Update on Appt. with Dr. Baloh

Had an appointment with Dr. Baloh two weeks ago and he diagnosed me with Mal De Debarquement Syndrome. Mine started spontaneously, not by travel, shortly after the birth of my first child 3.5 years ago. I was highly anxious at the time which may have triggered it. He said that when dizziness occurs spontaneously it is often related to migraine. I have never had the debilitating headaches associated with migraine, and no family history of migraine either. The reason he diagnosed be with Mal De Debarquement is because I did have an episode of “sea legs” about 5 years ago that lasted for about a week when I got home from a vacation to Lake Powell (2 days is the usual duration and anything above that is abnormal). So I must have had a predispostion to this type of motion mix-up. He did say that drugs like valium and klonopin have been one of the better drugs in treating the symptoms - but not in all cases. I currently take 2mg of valium when I need it and it works wonders for me. Unfortunately, there’s no cure and no magic pill to take it away. When it comes to drugs with chronically dizzy patients, it’s mainly a process of trial and error - what works for one doesn’t work for another. He completely ruled out inner ear damage which was what I was worried about and said that I should stop investigating that avenue because I would just end up frustrated (which has been the case over the years). I think I’m just going to bring my family practioner up to speed - have him do a few more drug trials in regards to Migraine - and stop wasting time and money going elsewhere. He did mention that their neurology clinic is currently conducting studies for all sorts of dizziness, including MAV. Since I’m in UT I don’t think I can travel that often, but for those near LA you might want to look into it. Hopefully their research will shed some light on our cases.

I’m optimistic. I practically live a normal life, I have to try harder than the average person, but realize it could be a LOT worse. In the 3.5 years since I’ve had it I’ve improved, slowly but surely. Hoping that one day I can say “remember those years when I was dizzy?” And hope you can say that someday too.

Have you tried amitriptyline or nortriptyline? Does can fairly often be effective with mdds. What are your symptoms?
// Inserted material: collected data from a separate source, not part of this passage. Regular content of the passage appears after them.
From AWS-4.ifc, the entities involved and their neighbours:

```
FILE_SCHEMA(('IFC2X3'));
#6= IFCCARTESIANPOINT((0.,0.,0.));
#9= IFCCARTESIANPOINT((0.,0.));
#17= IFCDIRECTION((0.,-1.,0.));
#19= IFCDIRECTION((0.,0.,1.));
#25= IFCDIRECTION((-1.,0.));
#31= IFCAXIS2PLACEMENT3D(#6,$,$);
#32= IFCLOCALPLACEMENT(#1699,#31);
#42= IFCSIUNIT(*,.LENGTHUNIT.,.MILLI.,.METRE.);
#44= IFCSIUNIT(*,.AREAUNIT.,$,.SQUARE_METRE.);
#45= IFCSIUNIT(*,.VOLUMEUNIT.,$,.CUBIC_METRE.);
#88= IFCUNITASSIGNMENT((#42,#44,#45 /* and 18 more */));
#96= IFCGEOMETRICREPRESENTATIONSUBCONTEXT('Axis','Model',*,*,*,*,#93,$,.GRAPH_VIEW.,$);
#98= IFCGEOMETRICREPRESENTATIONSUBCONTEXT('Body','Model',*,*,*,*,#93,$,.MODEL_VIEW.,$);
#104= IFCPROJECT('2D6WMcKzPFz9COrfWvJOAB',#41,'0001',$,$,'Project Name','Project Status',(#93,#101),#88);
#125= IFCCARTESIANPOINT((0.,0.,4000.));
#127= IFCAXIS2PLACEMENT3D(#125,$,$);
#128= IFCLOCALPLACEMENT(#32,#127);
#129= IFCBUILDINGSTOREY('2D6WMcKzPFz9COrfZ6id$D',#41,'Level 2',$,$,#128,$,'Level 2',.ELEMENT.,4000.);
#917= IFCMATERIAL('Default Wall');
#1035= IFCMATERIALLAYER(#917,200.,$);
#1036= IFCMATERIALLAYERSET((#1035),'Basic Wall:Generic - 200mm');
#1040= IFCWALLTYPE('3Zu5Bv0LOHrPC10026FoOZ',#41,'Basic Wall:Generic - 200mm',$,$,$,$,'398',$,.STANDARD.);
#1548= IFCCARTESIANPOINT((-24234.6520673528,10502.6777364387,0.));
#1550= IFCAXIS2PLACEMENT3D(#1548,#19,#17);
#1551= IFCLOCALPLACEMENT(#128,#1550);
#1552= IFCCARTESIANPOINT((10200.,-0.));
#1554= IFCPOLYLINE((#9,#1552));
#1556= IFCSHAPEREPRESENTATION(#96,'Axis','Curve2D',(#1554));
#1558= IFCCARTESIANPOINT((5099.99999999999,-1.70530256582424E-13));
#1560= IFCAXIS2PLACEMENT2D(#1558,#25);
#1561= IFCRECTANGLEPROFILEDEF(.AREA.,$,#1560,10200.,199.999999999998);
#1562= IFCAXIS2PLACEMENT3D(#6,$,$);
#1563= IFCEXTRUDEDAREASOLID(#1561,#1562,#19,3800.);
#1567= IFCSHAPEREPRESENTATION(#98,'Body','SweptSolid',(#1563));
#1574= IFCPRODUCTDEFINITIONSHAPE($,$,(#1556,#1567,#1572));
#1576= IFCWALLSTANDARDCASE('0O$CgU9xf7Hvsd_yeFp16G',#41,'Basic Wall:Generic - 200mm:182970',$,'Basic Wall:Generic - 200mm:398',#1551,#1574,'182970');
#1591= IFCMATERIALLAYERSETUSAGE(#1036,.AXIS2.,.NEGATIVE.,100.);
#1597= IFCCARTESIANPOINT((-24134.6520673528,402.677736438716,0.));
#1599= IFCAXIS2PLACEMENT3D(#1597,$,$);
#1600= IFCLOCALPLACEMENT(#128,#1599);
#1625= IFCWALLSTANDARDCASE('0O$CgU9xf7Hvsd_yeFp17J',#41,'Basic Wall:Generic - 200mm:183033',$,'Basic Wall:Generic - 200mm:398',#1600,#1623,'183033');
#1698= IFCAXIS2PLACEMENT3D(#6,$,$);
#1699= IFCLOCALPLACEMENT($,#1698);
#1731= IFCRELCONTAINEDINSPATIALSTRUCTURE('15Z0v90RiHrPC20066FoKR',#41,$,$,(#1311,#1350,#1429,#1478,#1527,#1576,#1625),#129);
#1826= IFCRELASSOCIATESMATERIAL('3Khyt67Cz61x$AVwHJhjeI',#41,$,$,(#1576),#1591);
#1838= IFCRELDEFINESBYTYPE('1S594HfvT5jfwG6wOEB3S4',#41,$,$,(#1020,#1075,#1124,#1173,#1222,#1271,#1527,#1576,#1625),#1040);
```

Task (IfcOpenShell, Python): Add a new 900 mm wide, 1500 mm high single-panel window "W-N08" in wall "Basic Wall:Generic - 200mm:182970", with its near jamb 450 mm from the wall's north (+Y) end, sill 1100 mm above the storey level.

```python
import numpy as np
import ifcopenshell
import ifcopenshell.api.feature
import ifcopenshell.api.geometry
import ifcopenshell.api.root
import ifcopenshell.api.spatial
import ifcopenshell.api.type
import ifcopenshell.geom
import ifcopenshell.util.element
import ifcopenshell.util.placement
import ifcopenshell.util.representation
import ifcopenshell.util.shape
import ifcopenshell.util.unit

model = ifcopenshell.open("AWS-4.ifc")
unit_scale = ifcopenshell.util.unit.calculate_unit_scale(model)
settings = ifcopenshell.geom.settings()


def volume(element):
    """Net volume in cubic metres, openings subtracted."""
    shape = ifcopenshell.geom.create_shape(settings, element)
    return ifcopenshell.util.shape.get_volume(shape.geometry)


wall = model.by_id(1576)
storey = ifcopenshell.util.element.get_container(wall, ifc_class="IfcBuildingStorey")
context = ifcopenshell.util.representation.get_context(model, "Model", "Body", "MODEL_VIEW")
before = volume(wall)

width, height, from_end, sill = 0.9, 1.5, 0.45, 1.1  # metres

# The wall runs along its own X axis, and the end named is its -X end.
wall_shape = ifcopenshell.geom.create_shape(settings, wall)
x, y, z = ifcopenshell.util.shape.get_vertices(wall_shape.geometry).T
start = x.min() + from_end
face, thickness = float(y.min()), float(y.max() - y.min())
wall_matrix = ifcopenshell.util.placement.get_local_placement(wall.ObjectPlacement)
level = ifcopenshell.util.placement.get_local_placement(storey.ObjectPlacement)[2, 3]


def in_wall(x, y):
    """Placement at x, y metres in the wall's axes, at sill height."""
    matrix = wall_matrix.copy()
    matrix[:, 3] = wall_matrix @ np.array([x / unit_scale, y / unit_scale, 0.0, 1.0])
    matrix[2, 3] = level + sill / unit_scale
    return matrix


# Opening: a box that overshoots both wall faces by 50 mm.
opening = ifcopenshell.api.root.create_entity(model, ifc_class="IfcOpeningElement")
box = ifcopenshell.api.geometry.add_wall_representation(
    model, context=context, length=width, height=height, thickness=thickness + 0.1
)
ifcopenshell.api.geometry.assign_representation(model, product=opening, representation=box)
ifcopenshell.api.geometry.edit_object_placement(model, product=opening, matrix=in_wall(start, face - 0.05), is_si=False)
ifcopenshell.api.feature.add_feature(model, feature=opening, element=wall)

window = ifcopenshell.api.root.create_entity(model, ifc_class="IfcWindow", name="W-N08")
window.OverallWidth, window.OverallHeight = width / unit_scale, height / unit_scale
body = ifcopenshell.api.geometry.add_window_representation(
    model,
    context=context,
    overall_width=window.OverallWidth,
    overall_height=window.OverallHeight,
    partition_type="SINGLE_PANEL",
)
ifcopenshell.api.geometry.assign_representation(model, product=window, representation=body)
ifcopenshell.api.spatial.assign_container(model, products=[window], relating_structure=storey)
fills = ifcopenshell.api.feature.add_filling(model, opening=opening, element=window)
fills.OwnerHistory = window.OwnerHistory  # required in IFC2X3

# IFC2X3 keeps the operation on the window style.
style = ifcopenshell.api.root.create_entity(model, ifc_class="IfcWindowStyle", name="W-N08")
style.OperationType, style.ConstructionType = "SINGLE_PANEL", "NOTDEFINED"
style.ParameterTakesPrecedence = style.Sizeable = False
ifcopenshell.api.type.assign_type(model, related_objects=[window], relating_type=style)

# Centre the window in the wall's thickness.
ifcopenshell.api.geometry.edit_object_placement(model, product=window, matrix=in_wall(start, face), is_si=False)
window_shape = ifcopenshell.geom.create_shape(settings, window)
depth = ifcopenshell.util.shape.get_vertices(window_shape.geometry)[:, 1]
offset = face + thickness / 2 - (depth.min() + depth.max()) / 2
ifcopenshell.api.geometry.edit_object_placement(model, product=window, matrix=in_wall(start, offset), is_si=False)

after = volume(wall)

print(f"wall volume {before:.3f} -> {after:.3f} m3")

model.write("AWS-4_rev.ifc")
```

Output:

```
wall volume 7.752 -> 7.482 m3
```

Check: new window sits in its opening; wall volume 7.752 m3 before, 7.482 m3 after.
I have not tried either of those. I’ve tried verapamil and zoloft but neither helped. So far the only thing that has helped is the valium. My symptoms are basically a feeling of rocking or exagerated motion. The symptoms are most noticeable while being still. Sometimes I have a sense of pressure or water in my right ear, and I have minor tension headaches. My symptoms are are exacerbated by weather changes, menstrual cycle, stress, lack of sleep - (all triggers for migraine as well). I also feel pretty good while riding in the car - it’s the aftermath of a long road trip that really ups my symptoms. I try to keep my symptoms under control - I exercise regularly, get plenty of sleep, and meditate/nap every day for at least 10 minutes. All of these things have helped me tremendously - but there’s just too many factors out of my control. I would eventually like to find a medication that keeps the symptoms at bay - even if I have to take it for a long time, instead of taking the valium as needed. I guess I’ll just have to try and see. My doctor is pretty open minded - he doesn’t know anything about Mdds, but he’s willing to take my word for it if I want to try a medication.

If I were you I would start by taking amitriptyline. If you get too sleepy or suffer too many other sideeffects, switch to nortriptylien (a metabolite). Those are sometimes effective with mdds, usually at doses around 50mg, but Ive read some going up to 150mg.

The other availible med is klonopin, which tends to help diminish symptoms for most people. However it can be addictive (altough keeping doses at or below 1mg is usually not a problem with physical dependence), whilst amitriptyline is not, so I would try that route first.

Thanks for the tips. It’s so nice get advice from people who “get” what I’m talking about.


I’m going to see Dr. Baloh on Wednesday. Dr. Hain told me to see him.


Hi Emma,
Why did Dr. Hain tell you to see Dr. Baloh?

Hi Lisa,

I live in Los Angeles and I never saw Dr. Hain in person and since we haven’t had any success with the drugs I tried so far (except Celexa; feel 50% on that) they thought it was time for a follow-up. Rather than flying to Chicago they thought it was better to see Dr. Baloh who is 30 min from my house.